Противоречия между феминизмом и гей/лесбийской теорией. Наиболее распространенным определением предмета гей/лесбийской теории (и программ или кафедр в североамериканских университетах) считается понятие сексуальности. Огромную роль в формулировке данного предмета сыграло эссе Гейл Рубин Мыслить пол, в котором она провела критику некоторых основополагающих феминистских парадигм. Основным тезисом был тезис о том, что феминизм не может быть единственной и основной теоретической моделью для понимания сексуальности. "Вторая волна" феминизма, по мнению Рубин, базировалась в основном на различении между биологическим (sex) и социальным полом (gender). При этом понятие гендера мыслилось двояким образом: либо как набор атрибутов с акцентацией на гендерную идентичность (как маскулинную, так и феминную); либо как каркас для дифференцирующего анализа и путь для обозначения отношений власти.
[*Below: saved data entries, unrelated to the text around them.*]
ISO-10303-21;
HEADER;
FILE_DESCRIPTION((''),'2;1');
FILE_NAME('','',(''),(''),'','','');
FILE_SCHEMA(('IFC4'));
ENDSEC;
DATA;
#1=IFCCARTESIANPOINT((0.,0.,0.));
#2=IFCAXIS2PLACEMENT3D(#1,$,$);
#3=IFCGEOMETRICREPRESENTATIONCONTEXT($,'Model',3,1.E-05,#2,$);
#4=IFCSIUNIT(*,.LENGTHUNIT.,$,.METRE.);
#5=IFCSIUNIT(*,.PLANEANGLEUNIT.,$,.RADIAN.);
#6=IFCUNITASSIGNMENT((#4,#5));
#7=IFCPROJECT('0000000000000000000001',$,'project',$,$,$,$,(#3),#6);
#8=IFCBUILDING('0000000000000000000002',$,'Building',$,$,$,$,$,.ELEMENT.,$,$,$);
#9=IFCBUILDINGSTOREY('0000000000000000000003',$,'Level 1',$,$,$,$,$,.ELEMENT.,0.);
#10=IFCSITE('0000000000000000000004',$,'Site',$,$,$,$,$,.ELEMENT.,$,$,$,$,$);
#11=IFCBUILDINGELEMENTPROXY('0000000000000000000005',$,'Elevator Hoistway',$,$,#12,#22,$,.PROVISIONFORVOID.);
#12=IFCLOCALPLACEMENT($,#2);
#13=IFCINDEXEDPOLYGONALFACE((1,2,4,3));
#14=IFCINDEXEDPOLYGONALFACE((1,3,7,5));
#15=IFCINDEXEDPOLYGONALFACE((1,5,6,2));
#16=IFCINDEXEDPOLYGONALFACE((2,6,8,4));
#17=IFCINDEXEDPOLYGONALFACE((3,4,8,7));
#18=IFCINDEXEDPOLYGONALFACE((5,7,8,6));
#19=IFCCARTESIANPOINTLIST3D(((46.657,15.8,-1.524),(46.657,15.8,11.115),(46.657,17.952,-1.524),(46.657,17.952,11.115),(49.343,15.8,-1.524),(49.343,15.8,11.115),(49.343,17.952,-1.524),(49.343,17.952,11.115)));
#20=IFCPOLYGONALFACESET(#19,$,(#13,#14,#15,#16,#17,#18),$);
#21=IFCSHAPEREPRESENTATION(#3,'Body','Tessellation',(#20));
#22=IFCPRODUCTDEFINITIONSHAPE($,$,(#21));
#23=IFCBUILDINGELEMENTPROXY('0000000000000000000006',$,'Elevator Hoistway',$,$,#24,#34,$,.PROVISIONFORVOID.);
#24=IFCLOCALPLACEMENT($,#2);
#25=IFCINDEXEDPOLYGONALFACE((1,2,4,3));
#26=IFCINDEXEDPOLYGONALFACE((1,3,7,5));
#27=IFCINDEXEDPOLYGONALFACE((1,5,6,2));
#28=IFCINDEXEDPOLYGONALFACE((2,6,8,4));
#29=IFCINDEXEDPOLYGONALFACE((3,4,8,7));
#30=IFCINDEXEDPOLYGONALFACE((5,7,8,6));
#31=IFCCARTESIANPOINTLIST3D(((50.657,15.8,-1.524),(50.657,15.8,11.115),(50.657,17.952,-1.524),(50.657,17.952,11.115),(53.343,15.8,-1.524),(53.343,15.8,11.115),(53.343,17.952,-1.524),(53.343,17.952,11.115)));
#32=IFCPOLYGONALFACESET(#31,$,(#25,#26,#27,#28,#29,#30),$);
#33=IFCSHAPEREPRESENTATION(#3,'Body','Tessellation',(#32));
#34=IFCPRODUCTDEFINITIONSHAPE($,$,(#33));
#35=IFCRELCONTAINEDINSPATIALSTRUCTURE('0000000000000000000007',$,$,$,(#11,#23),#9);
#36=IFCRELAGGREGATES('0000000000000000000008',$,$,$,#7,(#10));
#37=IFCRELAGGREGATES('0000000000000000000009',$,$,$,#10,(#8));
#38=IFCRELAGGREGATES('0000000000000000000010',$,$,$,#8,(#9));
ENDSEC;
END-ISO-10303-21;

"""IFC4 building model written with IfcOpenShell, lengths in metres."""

from ifc_helpers import new_model, si_unit, frame, origin, place, context, project, spatial, polyline, outline, extrude, element, save


model = new_model("IFC4")

# Units and contexts
model_context = context("Model", 3, precision=1e-05, world=origin())
ifc_project = project(units=[si_unit("LENGTHUNIT", "METRE"), si_unit("PLANEANGLEUNIT", "RADIAN")], contexts=[model_context])

# Site, building, storey
site = spatial("IfcSite", under=ifc_project, Name="Site", CompositionType="ELEMENT")
building = spatial("IfcBuilding", under=site, Name="Building", CompositionType="ELEMENT")
storey = spatial("IfcBuildingStorey", under=building, Name="Level 1", CompositionType="ELEMENT", Elevation=0.0)

# Building element proxies
proxy_1_placement = place(None, frame((0.0, 0.0, 11.115)))
element("IfcBuildingElementProxy", 1, at=proxy_1_placement, inside=storey, Name="Elevator Hoistway", PredefinedType="PROVISIONFORVOID", context=model_context, shape_type="SweptSolid", body=[
    extrude(outline(polyline([(46.657, 15.8), (49.343, 15.8), (49.343, 17.952), (46.657, 17.952), (46.657, 15.8)])), origin(), (0.0, 0.0, -1.0), 12.639),
])
proxy_2_placement = place(None, frame((0.0, 0.0, 11.115)))
element("IfcBuildingElementProxy", 2, at=proxy_2_placement, inside=storey, Name="Elevator Hoistway", PredefinedType="PROVISIONFORVOID", context=model_context, shape_type="SweptSolid", body=[
    extrude(outline(polyline([(50.657, 15.8), (53.343, 15.8), (53.343, 17.952), (50.657, 17.952), (50.657, 15.8)])), origin(), (0.0, 0.0, -1.0), 12.639),
])

save(model, "model.ifc")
Но как быть с теми типами идентичности, которые не подпадают под гендерную маркировку, спрашивает в своем эссе Рубин? Поэтому основным тезисом Рубин, направленным против теорий гендера, является тезис о том, что сексуальность нельзя сводить исключительно к отношениям власти и подчинения, так как в культуре существуют многообразные и альтернативные формы сексуальности (например, гей/лесбийская сексуальность, которая не описывается конструкционистскими понятиями гендера). Кроме того, Рубин критикует понятие гендера за его социологизм и позитивизм в понимании проблем идентичности, субъективности и сексуальности, сведение гендерной проблематики к социологической. Куда в таком случае исчезают такие характеристики сексуальности и субъективности, как желание, наслаждение, опасность, удовольствие, спрашивает она? Получается, что теория феминизма в ее общераспространенном виде редуцировала и аннигилировала эти характеристики (так же, как и само понятие сексуальности) из гендерной теории. Также, настаивает Рубин, социологизированный гендерный анализ не учитывает значимости символических форм реальности.
Для изучения альтернативных форм сексуальности в североамериканских университетах в конце 80-х годов наравне с "женскими исследованиями", но отдельно от них были созданы программы и кафедры гей/лесбийских исследований. Толчком послужило размежевание феминистского и лесбийского дискурсов. По мнению лесбийских теоретиков, феминистки создали выдающуюся теорию подавления, однако не смогли создать адекватную теорию женской сексуальности: ее разработке и должны быть посвящены новые гей/лесбийские университетские программы.